My HSA amount isn't great and with being on Medicare the past 5 years I haven't been able to contribute. Bummer. I wish the gov. would change that rule and allow contributions for seniors! I mean, my Medicare advantage plan is no different than the required plans younger folks have.
https://ybbpersonalfinance.proboards.com/post/592/thread
By design, high deductible, HSA-eligible health plans discourage use. Aside from free (no deductible) preventive care, they may cost so much to use that they are effectively just catastrophic insurance.
They work for people in excellent health or those who expect to require major care (premiums + out of pocket cap can be smaller on these plans). They typically don't work as well for those approaching Medicare age, or more generally for people who use some but not a lot of health care goods and services.
These two plans are very good, and the HDHP plan may be (slightly) better in most cases.
Illustrating, where low use means just premiums and free annual preventive care and high use means premiums plus out of pocket cap. For medium care I add deductible and a few routine visits including specialists (say 6 specialist visits CPT 99213, quarterly PCP). For the regular plan, the copays come to 6 x $50 + 4 x $30.
Regular plan: Low use $2400, medium use $3100 (approx), high use $5400
HDHP plan: Low use $1200, medium use in the middle, high use $4200
With the HDHP it's easy to hit the $4200 ($100/mo + $3000 cap) max, especially with Upper East Side doctors, even in network. So say in the medium case (just office visits, minor testing, nothing special) you're comparing $4200 to $3100. That's a difference of $1100. The tax savings (32% bracket) with an HSA is around 32% of $4K or around $1300.

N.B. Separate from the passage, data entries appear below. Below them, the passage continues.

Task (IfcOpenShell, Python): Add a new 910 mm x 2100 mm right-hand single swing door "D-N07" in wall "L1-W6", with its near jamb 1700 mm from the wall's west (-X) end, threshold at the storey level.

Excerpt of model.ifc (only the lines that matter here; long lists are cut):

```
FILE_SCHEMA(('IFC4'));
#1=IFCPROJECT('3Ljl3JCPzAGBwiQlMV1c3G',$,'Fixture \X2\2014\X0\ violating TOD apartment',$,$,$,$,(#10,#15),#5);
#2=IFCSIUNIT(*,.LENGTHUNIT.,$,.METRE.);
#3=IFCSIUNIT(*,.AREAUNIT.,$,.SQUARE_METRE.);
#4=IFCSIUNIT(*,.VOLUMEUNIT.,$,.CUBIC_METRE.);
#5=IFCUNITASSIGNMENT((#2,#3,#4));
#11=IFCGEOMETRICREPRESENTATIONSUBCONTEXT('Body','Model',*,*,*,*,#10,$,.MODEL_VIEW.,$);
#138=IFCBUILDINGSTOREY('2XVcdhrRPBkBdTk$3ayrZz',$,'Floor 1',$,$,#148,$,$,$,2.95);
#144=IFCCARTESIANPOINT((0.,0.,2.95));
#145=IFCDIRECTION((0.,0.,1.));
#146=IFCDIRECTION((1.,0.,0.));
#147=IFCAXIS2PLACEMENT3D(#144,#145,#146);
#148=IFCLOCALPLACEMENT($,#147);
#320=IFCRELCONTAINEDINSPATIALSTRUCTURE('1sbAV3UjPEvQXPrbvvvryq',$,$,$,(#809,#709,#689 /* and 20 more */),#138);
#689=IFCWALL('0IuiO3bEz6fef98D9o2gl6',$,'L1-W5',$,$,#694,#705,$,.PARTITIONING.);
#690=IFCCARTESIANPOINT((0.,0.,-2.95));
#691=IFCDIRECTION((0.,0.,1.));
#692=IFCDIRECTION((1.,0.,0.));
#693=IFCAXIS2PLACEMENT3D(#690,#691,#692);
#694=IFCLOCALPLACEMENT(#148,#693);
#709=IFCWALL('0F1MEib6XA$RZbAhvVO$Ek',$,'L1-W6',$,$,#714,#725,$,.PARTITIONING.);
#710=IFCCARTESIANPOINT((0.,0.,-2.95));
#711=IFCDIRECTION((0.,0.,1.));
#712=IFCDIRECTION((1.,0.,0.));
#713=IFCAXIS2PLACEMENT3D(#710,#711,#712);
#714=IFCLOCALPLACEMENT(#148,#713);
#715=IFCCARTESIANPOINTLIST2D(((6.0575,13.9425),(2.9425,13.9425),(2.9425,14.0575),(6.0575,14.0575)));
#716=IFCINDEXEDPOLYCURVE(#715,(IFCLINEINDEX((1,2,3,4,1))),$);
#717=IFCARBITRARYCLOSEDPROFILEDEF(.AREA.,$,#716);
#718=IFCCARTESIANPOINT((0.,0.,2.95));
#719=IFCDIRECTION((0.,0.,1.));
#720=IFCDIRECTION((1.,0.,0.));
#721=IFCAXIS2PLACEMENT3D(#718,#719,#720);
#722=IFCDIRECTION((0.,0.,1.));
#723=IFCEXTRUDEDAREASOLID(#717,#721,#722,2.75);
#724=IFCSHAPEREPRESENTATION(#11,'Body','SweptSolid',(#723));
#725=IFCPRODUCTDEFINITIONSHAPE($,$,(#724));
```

```python
import numpy as np
import ifcopenshell
import ifcopenshell.api.feature
import ifcopenshell.api.geometry
import ifcopenshell.api.root
import ifcopenshell.api.spatial
import ifcopenshell.geom
import ifcopenshell.util.element
import ifcopenshell.util.placement
import ifcopenshell.util.representation
import ifcopenshell.util.shape
import ifcopenshell.util.unit

model = ifcopenshell.open("model.ifc")
unit_scale = ifcopenshell.util.unit.calculate_unit_scale(model)
settings = ifcopenshell.geom.settings()


def volume(element):
    """Net volume in cubic metres, openings subtracted."""
    shape = ifcopenshell.geom.create_shape(settings, element)
    return ifcopenshell.util.shape.get_volume(shape.geometry)


wall = model.by_id(709)
storey = ifcopenshell.util.element.get_container(wall, ifc_class="IfcBuildingStorey")
context = ifcopenshell.util.representation.get_context(model, "Model", "Body", "MODEL_VIEW")
before = volume(wall)

width, height, from_end, sill = 0.91, 2.1, 1.7, 0.0  # metres

# The wall runs along its own X axis, and the end named is its -X end.
wall_shape = ifcopenshell.geom.create_shape(settings, wall)
x, y, z = ifcopenshell.util.shape.get_vertices(wall_shape.geometry).T
start = x.min() + from_end
face, thickness = float(y.min()), float(y.max() - y.min())
wall_matrix = ifcopenshell.util.placement.get_local_placement(wall.ObjectPlacement)
level = ifcopenshell.util.placement.get_local_placement(storey.ObjectPlacement)[2, 3]


def in_wall(x, y):
    """Placement at x, y metres in the wall's axes, at sill height."""
    matrix = wall_matrix.copy()
    matrix[:, 3] = wall_matrix @ np.array([x / unit_scale, y / unit_scale, 0.0, 1.0])
    matrix[2, 3] = level + sill / unit_scale
    return matrix


# Opening: a box that overshoots both wall faces by 50 mm.
opening = ifcopenshell.api.root.create_entity(model, ifc_class="IfcOpeningElement", predefined_type="OPENING")
box = ifcopenshell.api.geometry.add_wall_representation(
    model, context=context, length=width, height=height, thickness=thickness + 0.1
)
ifcopenshell.api.geometry.assign_representation(model, product=opening, representation=box)
ifcopenshell.api.geometry.edit_object_placement(model, product=opening, matrix=in_wall(start, face - 0.05), is_si=False)
ifcopenshell.api.feature.add_feature(model, feature=opening, element=wall)

door = ifcopenshell.api.root.create_entity(model, ifc_class="IfcDoor", name="D-N07", predefined_type="DOOR")
door.OverallWidth, door.OverallHeight = width / unit_scale, height / unit_scale
door.OperationType = "SINGLE_SWING_RIGHT"
body = ifcopenshell.api.geometry.add_door_representation(
    model,
    context=context,
    overall_width=door.OverallWidth,
    overall_height=door.OverallHeight,
    operation_type="SINGLE_SWING_RIGHT",
    lining_properties={"LiningDepth": thickness / unit_scale, "ThresholdDepth": thickness / unit_scale},
)
ifcopenshell.api.geometry.assign_representation(model, product=door, representation=body)
ifcopenshell.api.spatial.assign_container(model, products=[door], relating_structure=storey)
ifcopenshell.api.feature.add_filling(model, opening=opening, element=door)

# The lining spans the wall, so the door starts at the wall face.
ifcopenshell.api.geometry.edit_object_placement(model, product=door, matrix=in_wall(start, face), is_si=False)

after = volume(wall)

print(f"wall volume {before:.3f} -> {after:.3f} m3")

model.write("model-out.ifc")
```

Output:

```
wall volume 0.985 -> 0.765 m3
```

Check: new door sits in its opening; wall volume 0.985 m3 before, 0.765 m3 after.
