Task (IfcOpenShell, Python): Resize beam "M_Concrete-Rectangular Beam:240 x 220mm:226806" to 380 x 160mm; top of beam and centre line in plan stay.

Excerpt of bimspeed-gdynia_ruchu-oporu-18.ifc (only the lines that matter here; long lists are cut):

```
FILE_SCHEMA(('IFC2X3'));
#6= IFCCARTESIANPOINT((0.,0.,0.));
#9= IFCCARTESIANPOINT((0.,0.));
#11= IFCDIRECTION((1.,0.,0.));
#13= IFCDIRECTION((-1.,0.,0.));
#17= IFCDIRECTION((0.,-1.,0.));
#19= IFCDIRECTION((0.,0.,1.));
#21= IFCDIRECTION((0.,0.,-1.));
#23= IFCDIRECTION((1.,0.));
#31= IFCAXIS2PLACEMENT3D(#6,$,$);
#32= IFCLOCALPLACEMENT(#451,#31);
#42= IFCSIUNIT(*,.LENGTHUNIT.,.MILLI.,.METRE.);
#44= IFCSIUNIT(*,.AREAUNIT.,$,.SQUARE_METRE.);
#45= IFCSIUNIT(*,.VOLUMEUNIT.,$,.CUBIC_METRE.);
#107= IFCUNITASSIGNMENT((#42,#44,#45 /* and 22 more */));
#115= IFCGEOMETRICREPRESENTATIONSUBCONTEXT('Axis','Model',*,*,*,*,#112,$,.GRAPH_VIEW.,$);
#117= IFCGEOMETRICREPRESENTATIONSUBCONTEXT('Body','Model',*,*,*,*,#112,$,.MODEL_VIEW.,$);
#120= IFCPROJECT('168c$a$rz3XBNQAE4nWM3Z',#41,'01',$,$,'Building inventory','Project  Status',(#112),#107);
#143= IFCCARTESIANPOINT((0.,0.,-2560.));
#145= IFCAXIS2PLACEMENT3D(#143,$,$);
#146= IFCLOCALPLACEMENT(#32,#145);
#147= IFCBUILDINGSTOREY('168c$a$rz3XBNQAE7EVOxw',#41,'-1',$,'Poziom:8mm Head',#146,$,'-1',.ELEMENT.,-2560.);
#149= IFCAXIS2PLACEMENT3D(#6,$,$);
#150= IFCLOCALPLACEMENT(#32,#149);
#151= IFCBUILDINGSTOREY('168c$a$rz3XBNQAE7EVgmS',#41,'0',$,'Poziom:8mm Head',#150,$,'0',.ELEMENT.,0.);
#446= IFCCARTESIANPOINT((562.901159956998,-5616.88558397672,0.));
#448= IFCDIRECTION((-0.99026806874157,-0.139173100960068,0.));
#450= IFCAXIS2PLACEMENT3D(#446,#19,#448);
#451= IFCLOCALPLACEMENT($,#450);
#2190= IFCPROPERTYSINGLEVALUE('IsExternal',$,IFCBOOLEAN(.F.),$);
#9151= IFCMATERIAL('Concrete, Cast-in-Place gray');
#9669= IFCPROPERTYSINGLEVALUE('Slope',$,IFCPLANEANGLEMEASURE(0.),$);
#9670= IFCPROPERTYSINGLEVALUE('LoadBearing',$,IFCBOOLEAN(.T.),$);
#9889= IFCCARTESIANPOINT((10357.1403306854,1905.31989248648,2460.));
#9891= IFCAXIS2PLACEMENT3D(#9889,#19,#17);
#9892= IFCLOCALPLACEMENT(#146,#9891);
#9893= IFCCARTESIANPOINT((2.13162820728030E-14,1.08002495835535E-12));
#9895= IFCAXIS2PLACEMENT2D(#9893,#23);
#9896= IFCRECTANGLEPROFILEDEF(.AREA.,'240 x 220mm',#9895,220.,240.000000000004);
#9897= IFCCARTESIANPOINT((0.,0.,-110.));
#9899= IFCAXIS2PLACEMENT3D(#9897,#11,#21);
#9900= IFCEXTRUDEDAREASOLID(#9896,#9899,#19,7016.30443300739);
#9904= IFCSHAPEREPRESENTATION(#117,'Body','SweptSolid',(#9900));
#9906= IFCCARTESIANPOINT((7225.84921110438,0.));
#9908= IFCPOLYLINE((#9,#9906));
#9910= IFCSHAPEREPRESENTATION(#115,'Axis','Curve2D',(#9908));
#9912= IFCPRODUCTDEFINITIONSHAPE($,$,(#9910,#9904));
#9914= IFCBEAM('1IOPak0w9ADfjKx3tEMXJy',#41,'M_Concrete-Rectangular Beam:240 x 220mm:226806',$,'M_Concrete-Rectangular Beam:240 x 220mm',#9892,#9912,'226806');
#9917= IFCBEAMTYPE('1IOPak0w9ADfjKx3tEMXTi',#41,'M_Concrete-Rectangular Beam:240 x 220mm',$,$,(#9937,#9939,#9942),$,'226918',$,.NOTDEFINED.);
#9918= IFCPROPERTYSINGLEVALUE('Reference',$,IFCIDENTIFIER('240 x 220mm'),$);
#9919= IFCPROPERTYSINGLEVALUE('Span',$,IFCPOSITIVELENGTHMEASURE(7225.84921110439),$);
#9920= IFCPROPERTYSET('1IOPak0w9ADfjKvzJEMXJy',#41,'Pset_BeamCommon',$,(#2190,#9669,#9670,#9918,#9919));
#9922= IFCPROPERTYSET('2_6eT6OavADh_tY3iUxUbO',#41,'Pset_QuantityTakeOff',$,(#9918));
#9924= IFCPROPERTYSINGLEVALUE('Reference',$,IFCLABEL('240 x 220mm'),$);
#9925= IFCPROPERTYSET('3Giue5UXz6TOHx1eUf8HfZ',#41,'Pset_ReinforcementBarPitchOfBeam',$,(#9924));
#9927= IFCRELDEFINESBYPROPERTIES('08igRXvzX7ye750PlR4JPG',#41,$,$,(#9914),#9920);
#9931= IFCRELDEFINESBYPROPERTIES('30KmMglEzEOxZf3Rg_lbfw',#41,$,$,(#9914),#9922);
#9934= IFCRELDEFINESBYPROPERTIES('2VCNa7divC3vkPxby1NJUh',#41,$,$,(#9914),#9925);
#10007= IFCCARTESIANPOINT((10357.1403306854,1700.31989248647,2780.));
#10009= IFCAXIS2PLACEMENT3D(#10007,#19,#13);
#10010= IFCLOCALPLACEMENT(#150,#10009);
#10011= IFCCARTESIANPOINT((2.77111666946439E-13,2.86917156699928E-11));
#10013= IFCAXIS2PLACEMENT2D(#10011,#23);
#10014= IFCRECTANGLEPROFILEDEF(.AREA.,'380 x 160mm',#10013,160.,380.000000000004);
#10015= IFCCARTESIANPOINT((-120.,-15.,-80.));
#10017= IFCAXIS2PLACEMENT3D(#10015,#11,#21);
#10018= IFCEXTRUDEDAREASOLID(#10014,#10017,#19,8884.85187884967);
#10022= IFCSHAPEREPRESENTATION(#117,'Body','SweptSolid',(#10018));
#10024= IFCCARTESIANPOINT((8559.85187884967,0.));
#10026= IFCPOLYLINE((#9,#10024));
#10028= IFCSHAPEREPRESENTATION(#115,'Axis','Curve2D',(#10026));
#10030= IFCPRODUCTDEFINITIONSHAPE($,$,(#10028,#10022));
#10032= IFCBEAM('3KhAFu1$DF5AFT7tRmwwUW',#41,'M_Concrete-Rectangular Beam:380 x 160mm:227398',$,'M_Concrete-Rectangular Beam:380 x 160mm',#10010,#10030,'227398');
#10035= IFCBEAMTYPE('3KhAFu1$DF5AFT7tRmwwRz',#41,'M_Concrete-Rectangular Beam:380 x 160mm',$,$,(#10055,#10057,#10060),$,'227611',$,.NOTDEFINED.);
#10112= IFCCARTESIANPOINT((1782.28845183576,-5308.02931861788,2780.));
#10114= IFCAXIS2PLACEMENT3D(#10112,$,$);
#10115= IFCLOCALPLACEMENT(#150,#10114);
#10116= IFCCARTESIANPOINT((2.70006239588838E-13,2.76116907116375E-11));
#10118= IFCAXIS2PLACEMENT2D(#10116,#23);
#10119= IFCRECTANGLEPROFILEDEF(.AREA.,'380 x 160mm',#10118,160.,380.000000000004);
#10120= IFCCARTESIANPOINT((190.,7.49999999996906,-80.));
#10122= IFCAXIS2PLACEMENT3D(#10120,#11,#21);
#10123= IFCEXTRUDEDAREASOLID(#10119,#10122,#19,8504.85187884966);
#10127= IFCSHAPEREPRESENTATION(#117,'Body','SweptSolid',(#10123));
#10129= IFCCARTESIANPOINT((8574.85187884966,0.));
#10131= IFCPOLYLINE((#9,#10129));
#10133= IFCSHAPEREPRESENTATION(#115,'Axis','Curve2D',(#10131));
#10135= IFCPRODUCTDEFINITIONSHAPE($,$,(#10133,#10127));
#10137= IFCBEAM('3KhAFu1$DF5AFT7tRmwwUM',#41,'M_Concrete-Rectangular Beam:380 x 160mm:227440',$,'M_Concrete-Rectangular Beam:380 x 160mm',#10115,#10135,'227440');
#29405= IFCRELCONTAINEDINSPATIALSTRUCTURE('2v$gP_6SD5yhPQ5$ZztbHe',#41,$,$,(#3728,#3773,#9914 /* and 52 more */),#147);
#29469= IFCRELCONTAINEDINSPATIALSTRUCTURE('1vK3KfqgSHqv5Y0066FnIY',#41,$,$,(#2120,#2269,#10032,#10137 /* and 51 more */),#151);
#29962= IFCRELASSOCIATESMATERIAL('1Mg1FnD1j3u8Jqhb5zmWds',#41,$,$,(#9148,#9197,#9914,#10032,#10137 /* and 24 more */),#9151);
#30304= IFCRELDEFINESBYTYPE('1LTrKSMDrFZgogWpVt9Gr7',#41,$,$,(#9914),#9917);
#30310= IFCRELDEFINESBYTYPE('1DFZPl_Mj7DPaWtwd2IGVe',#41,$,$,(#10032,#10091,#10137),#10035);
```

```python
import ifcopenshell
import ifcopenshell.api.pset
import ifcopenshell.api.type
import ifcopenshell.util.element
import ifcopenshell.util.representation

model = ifcopenshell.open("bimspeed-gdynia_ruchu-oporu-18.ifc")

member = model.by_guid("1IOPak0w9ADfjKx3tEMXJy")
source = next(p for p in model.by_type("IfcRectangleProfileDef") if p.ProfileName == "380 x 160mm")

body = ifcopenshell.util.representation.get_representation(member, "Model", "Body")
solid = body.Items[0]
old_profile = solid.SweptArea

# Copy the section's sizes but keep this member's own profile position.
profile = ifcopenshell.util.element.copy(model, source)
# Profiles are centred, so shift by half the change in depth to hold the top.
shift = (old_profile.XDim - profile.XDim) / 2
x, y = old_profile.Position.Location.Coordinates
up = (-1.0, 0.0)  # upwards, in the solid's own plane
location = model.createIfcCartesianPoint((x + up[0] * shift, y + up[1] * shift))
profile.Position = model.createIfcAxis2Placement2D(location, old_profile.Position.RefDirection)
solid.SweptArea = profile
if not model.get_total_inverses(old_profile):
    ifcopenshell.util.element.remove_deep2(model, old_profile)

new_type = model.by_guid("3KhAFu1$DF5AFT7tRmwwRz")
ifcopenshell.api.type.assign_type(
    model, related_objects=[member], relating_type=new_type, should_map_representations=False
)
member.Name = member.Name.replace("240 x 220mm", "380 x 160mm")
member.ObjectType = "M_Concrete-Rectangular Beam:380 x 160mm"
pset = model.by_id(ifcopenshell.util.element.get_pset(member, "Pset_BeamCommon", should_inherit=False)["id"])
ifcopenshell.api.pset.edit_pset(model, pset=pset, properties={"Reference": "380 x 160mm"})
pset = model.by_id(ifcopenshell.util.element.get_pset(member, "Pset_QuantityTakeOff", should_inherit=False)["id"])
ifcopenshell.api.pset.edit_pset(model, pset=pset, properties={"Reference": "380 x 160mm"})
pset = model.by_id(ifcopenshell.util.element.get_pset(member, "Pset_ReinforcementBarPitchOfBeam", should_inherit=False)["id"])
ifcopenshell.api.pset.edit_pset(model, pset=pset, properties={"Reference": "380 x 160mm"})

print(solid.SweptArea)

model.write("bimspeed-gdynia_ruchu-oporu-18-out.ifc")
```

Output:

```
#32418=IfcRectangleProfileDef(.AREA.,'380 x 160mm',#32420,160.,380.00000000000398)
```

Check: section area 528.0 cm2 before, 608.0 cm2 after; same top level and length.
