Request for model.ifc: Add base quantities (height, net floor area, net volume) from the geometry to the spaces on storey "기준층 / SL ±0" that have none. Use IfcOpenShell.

First a look at what the model holds.

```python
import ifcopenshell
import ifcopenshell.util.element
import ifcopenshell.util.unit

model = ifcopenshell.open("model.ifc")
print(model.schema)
for unit_type in ("LENGTHUNIT", "AREAUNIT", "VOLUMEUNIT"):
    print(unit_type, ifcopenshell.util.unit.calculate_unit_scale(model, unit_type))
storey = next(s for s in model.by_type("IfcBuildingStorey") if s.Name == "기준층 / SL ±0")
spaces = [e for e in ifcopenshell.util.element.get_decomposition(storey) if e.is_a("IfcSpace")]
for e in sorted(spaces, key=lambda e: e.id()):
    print(e.id(), e.is_a(), e.Name, list(ifcopenshell.util.element.get_psets(e, qtos_only=True)), sep=" | ")
```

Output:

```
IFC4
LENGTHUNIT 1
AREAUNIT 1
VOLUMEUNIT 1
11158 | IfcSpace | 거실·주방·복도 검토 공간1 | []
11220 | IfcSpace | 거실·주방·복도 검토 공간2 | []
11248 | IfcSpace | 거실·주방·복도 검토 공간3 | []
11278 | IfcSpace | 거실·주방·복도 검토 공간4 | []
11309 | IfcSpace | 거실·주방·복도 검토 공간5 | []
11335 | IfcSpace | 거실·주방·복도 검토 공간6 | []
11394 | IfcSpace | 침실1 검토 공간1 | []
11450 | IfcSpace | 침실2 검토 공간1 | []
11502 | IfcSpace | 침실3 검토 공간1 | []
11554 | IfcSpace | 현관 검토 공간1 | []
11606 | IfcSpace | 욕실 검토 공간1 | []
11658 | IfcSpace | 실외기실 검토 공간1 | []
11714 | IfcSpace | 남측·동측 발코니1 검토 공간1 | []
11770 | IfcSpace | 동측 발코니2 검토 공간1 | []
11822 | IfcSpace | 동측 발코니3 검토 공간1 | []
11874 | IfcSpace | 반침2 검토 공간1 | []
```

```python
import ifcopenshell
import ifcopenshell.api.pset
import ifcopenshell.geom
import ifcopenshell.util.element
import ifcopenshell.util.shape
import ifcopenshell.util.unit

model = ifcopenshell.open("model.ifc")
unit_scale = ifcopenshell.util.unit.calculate_unit_scale(model)
area_scale = ifcopenshell.util.unit.calculate_unit_scale(model, "AREAUNIT")
volume_scale = ifcopenshell.util.unit.calculate_unit_scale(model, "VOLUMEUNIT")
settings = ifcopenshell.geom.settings()

storey = next(s for s in model.by_type("IfcBuildingStorey") if s.Name == "기준층 / SL ±0")
spaces = [e for e in ifcopenshell.util.element.get_decomposition(storey) if e.is_a("IfcSpace")]

for e in sorted(spaces, key=lambda e: e.id()):
    if ifcopenshell.util.element.get_psets(e, qtos_only=True, should_inherit=False):
        continue
    # Geometry comes back in metres, in the element's own axes.
    shape = ifcopenshell.geom.create_shape(settings, e)
    values = {
        "Height": ifcopenshell.util.shape.get_z(shape.geometry) / unit_scale,
        "NetFloorArea": ifcopenshell.util.shape.get_footprint_area(shape.geometry) / area_scale,
        "NetVolume": ifcopenshell.util.shape.get_volume(shape.geometry) / volume_scale,
    }
    qto = ifcopenshell.api.pset.add_qto(model, product=e, name="Qto_SpaceBaseQuantities")
    ifcopenshell.api.pset.edit_qto(model, qto=qto, properties=values)
    print(e.id(), {k: round(v, 3) for k, v in values.items()})

model.write("model_updated.ifc")
```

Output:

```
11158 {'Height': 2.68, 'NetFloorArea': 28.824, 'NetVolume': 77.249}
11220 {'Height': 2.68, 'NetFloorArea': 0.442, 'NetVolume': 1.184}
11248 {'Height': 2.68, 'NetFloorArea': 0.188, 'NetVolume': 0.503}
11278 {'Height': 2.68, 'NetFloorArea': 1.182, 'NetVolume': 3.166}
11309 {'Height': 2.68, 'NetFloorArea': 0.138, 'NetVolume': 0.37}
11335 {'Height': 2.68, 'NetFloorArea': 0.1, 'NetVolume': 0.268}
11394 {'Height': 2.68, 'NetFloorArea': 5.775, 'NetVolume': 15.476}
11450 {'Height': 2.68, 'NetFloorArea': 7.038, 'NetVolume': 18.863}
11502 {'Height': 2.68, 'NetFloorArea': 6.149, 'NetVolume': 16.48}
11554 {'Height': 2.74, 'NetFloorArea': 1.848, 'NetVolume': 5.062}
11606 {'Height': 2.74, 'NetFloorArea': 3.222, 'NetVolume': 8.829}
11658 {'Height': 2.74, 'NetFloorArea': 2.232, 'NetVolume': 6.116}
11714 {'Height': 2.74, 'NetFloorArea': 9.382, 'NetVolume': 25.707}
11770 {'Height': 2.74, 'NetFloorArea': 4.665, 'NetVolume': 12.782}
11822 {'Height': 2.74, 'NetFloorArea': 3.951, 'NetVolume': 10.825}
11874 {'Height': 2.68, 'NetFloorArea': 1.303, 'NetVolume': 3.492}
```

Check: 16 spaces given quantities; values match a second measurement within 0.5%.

The HDHP may be close to a wash in the middle use range and better on both ends. That's not typical (usually the regular plan works out better in the middle).
Regardless, it may not be a big enough difference one way or the other to be worth pursuing. Your friend might check with a Social Security office to see if Medicare disenrollment is possible. Out of curiosity if nothing else.